Сестра запричитала: «Грех-то какой. Как ты могла оставить ребенка сиротой. Представь, если бы наши родители развелись».
Но я не стала оправдываться, вдаваться в подробности. Что пережила, когда Сергей метался между мной, женой и дочерью, знаю только я.
Мой хлеб - это преступления из мести, из ревности, из ненависти и прочих сильных чувств, я копалась в психологии убийцы и жертвы, нащупывала поле, где сталкивались их интересы, и выпускала книгу за книгой. Со временем пришла к убеждению, что при других обстоятельствах жертва и убийца могут поменяться ролями. Давно решила: убить может каждый, если совпадут возможности, наличие орудия и мотив преступления, - принцип триединства. Если бы точно знать, что не попадешься, статистика преступности резко бы возросла.
Лежа в постели, страдая от бессонницы после похорон, я мучаюсь достоевщиной, пытаюсь понять, кто из нас способен переступить черту, совершить то, что на ум приходит многим. Еще ничего не ясно, могло отказать сердце, и он утонул, никто в его смерти не виновен, но я с упорством маньяка перебирала мотивы его убийства.
По законам жанра главная подозреваемая – жена и другие родственники, наследники убитого.

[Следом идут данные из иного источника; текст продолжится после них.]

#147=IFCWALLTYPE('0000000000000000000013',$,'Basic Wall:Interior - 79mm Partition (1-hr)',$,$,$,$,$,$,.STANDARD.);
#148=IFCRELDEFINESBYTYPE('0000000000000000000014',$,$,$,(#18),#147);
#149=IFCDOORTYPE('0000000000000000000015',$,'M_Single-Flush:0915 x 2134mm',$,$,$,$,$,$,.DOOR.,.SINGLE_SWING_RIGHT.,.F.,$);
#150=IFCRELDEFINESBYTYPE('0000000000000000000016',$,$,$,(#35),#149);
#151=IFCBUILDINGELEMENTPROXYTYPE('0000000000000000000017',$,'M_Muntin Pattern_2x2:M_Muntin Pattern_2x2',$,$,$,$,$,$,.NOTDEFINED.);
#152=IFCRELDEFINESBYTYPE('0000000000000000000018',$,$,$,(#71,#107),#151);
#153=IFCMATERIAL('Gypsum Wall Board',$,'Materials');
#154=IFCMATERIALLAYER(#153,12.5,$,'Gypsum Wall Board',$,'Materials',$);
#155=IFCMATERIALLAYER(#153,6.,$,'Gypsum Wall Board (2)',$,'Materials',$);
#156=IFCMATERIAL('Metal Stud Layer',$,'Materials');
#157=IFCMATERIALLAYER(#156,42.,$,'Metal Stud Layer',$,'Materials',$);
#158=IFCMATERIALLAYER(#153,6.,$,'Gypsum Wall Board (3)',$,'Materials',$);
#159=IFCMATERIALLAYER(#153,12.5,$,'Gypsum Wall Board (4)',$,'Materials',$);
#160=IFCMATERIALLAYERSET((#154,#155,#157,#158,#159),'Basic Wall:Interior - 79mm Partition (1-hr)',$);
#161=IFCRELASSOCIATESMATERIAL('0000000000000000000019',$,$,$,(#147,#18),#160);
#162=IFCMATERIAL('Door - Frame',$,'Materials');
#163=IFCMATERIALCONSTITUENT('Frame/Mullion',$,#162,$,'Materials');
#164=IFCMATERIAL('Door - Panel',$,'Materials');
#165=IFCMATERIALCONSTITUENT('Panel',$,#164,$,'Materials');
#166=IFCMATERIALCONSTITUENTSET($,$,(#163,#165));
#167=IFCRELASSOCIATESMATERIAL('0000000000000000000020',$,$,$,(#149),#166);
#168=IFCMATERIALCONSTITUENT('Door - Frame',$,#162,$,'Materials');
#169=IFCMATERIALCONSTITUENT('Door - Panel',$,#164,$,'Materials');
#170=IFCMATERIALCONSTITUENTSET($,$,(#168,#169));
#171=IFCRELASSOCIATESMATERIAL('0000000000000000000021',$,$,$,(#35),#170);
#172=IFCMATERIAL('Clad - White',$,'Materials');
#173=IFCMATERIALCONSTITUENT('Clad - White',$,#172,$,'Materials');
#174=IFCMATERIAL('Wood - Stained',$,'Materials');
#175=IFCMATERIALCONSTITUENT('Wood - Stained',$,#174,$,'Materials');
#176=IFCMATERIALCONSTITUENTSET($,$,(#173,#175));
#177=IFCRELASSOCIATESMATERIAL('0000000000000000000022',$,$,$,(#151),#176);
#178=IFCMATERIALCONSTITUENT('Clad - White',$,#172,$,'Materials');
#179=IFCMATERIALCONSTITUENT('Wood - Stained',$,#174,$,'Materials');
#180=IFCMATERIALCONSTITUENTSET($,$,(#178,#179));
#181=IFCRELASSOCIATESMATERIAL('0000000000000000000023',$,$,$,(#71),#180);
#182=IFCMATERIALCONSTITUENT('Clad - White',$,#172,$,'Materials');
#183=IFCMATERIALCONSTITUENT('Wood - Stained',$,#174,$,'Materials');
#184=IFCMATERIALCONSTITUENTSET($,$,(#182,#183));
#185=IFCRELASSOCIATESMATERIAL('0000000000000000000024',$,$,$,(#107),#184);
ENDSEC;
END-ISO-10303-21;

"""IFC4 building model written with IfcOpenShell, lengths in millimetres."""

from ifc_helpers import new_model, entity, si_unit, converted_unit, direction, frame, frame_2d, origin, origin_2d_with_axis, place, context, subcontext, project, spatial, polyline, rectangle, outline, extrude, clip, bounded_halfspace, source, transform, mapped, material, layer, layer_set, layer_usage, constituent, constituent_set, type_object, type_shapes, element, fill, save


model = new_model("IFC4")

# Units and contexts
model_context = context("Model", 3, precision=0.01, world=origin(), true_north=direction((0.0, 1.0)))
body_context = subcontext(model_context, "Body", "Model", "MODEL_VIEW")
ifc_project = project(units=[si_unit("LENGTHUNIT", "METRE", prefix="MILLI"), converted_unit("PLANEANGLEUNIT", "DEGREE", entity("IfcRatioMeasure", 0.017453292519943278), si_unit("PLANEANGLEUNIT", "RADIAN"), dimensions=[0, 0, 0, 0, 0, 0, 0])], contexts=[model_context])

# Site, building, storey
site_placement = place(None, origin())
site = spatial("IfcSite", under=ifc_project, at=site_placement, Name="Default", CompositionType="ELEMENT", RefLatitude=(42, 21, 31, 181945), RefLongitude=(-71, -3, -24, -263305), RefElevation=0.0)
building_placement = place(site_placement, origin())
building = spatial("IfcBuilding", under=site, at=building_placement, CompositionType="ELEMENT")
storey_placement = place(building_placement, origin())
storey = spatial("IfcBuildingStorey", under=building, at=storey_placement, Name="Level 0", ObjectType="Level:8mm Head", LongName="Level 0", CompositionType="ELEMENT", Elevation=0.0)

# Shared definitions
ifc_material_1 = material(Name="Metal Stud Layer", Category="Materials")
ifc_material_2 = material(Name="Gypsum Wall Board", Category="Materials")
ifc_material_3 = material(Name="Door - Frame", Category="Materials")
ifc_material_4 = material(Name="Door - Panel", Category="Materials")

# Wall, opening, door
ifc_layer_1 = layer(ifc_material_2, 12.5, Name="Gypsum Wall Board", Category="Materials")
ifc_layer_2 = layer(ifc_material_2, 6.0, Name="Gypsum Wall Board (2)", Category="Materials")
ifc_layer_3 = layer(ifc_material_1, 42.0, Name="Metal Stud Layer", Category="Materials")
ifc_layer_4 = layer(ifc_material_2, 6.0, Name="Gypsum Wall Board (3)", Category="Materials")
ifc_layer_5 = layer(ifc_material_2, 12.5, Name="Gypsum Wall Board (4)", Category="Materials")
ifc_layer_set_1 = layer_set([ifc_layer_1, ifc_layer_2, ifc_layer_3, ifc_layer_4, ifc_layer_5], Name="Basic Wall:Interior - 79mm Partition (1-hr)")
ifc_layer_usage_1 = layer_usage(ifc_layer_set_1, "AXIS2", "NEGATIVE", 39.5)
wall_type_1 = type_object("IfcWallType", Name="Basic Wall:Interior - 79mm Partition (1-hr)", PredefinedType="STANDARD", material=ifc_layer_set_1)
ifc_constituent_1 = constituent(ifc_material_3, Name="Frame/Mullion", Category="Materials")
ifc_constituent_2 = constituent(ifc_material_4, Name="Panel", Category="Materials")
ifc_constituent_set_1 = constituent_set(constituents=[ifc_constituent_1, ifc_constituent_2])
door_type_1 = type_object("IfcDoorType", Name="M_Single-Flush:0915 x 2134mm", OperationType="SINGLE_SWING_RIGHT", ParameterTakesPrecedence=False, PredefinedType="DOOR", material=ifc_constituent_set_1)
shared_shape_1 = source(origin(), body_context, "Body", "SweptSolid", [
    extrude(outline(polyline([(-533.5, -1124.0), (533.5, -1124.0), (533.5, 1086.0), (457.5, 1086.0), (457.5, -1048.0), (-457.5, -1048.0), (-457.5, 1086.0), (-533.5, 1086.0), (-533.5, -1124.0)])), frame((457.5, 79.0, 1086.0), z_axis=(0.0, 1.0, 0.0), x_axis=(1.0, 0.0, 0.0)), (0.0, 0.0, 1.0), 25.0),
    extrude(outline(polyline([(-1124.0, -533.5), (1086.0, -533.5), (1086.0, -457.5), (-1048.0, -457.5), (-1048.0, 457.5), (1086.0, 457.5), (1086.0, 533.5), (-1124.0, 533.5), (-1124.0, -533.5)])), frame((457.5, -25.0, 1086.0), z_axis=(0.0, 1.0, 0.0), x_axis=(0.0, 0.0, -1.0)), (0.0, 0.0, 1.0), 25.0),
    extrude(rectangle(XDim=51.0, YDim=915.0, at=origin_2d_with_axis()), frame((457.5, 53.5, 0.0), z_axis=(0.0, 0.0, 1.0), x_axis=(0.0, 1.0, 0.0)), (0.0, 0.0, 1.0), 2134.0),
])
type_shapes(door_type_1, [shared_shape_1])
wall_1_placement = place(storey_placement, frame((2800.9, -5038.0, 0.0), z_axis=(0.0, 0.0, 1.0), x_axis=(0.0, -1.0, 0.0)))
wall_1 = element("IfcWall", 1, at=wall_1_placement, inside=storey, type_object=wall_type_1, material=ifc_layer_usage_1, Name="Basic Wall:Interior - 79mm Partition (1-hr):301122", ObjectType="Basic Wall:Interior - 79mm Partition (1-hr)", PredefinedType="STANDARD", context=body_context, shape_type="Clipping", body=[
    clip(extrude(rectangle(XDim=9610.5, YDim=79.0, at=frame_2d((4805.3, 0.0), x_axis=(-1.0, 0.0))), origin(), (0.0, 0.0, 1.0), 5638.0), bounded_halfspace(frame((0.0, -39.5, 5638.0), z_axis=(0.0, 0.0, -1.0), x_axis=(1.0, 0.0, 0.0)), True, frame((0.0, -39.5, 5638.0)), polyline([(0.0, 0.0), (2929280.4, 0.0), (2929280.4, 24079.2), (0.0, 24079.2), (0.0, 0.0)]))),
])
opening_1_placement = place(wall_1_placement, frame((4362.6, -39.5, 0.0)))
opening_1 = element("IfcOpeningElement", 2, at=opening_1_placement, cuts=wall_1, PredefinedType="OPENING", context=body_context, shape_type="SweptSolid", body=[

Но жена на первом месте: при совместной жизни негатив накапливается, и вот разыгрывается трагедия.
Никогда никому не желала смерти, только в романах, но это не значит, что я стойкая в человеколюбии: Вера знала, какое облегчение почувствовала, когда умерла жена Сергея.
«Ты везунчик, Тина», - обрадовалась она, ей досталось, когда я часами страдала на ее плече, когда Сергей уходил от жены, поселялся у брата, назначал мне свидания, благодарил за поддержку и терпение. Мы пытались жить вместе в моей квартире с тяжело больным отцом, но он опять уходил к жене.
Сережа не решался делать мне предложение, все надеялся, что его семейная жизнь наладится, и он вернется к любимой дочери. Девочка идет в первый класс, нельзя ее бросать, оставлять наедине с истеричной матерью.
Всем было плохо, особенно отцу, он переживал за меня, может, еще бы пожил, но не выдержало сердце.
Темная стена, я пыталась заглянуть за нее, но не могла, мне было страшно, чудились глаза, они блестели во тьме, преследовали меня, пугали.
Женщина с глазами цвета безнадежности. Взгляд застыл в ужасе, как в страшном сне в детстве, когда теряешь свою маму. Глаза зверя, собаки, умирающего кота Пуса на моих руках.
Голова женщины покрыта серым платком. Может, шарф, какая разница. Но на платке не вешаются.
Это серое горе будто встало из гроба в облике его дочери. Красивая, но взгляд как страшный сон из детства. Эти глаза все время мелькали из толпы, из проезжающих мимо машин.
Дочь горя? Горе родило дочь на горе?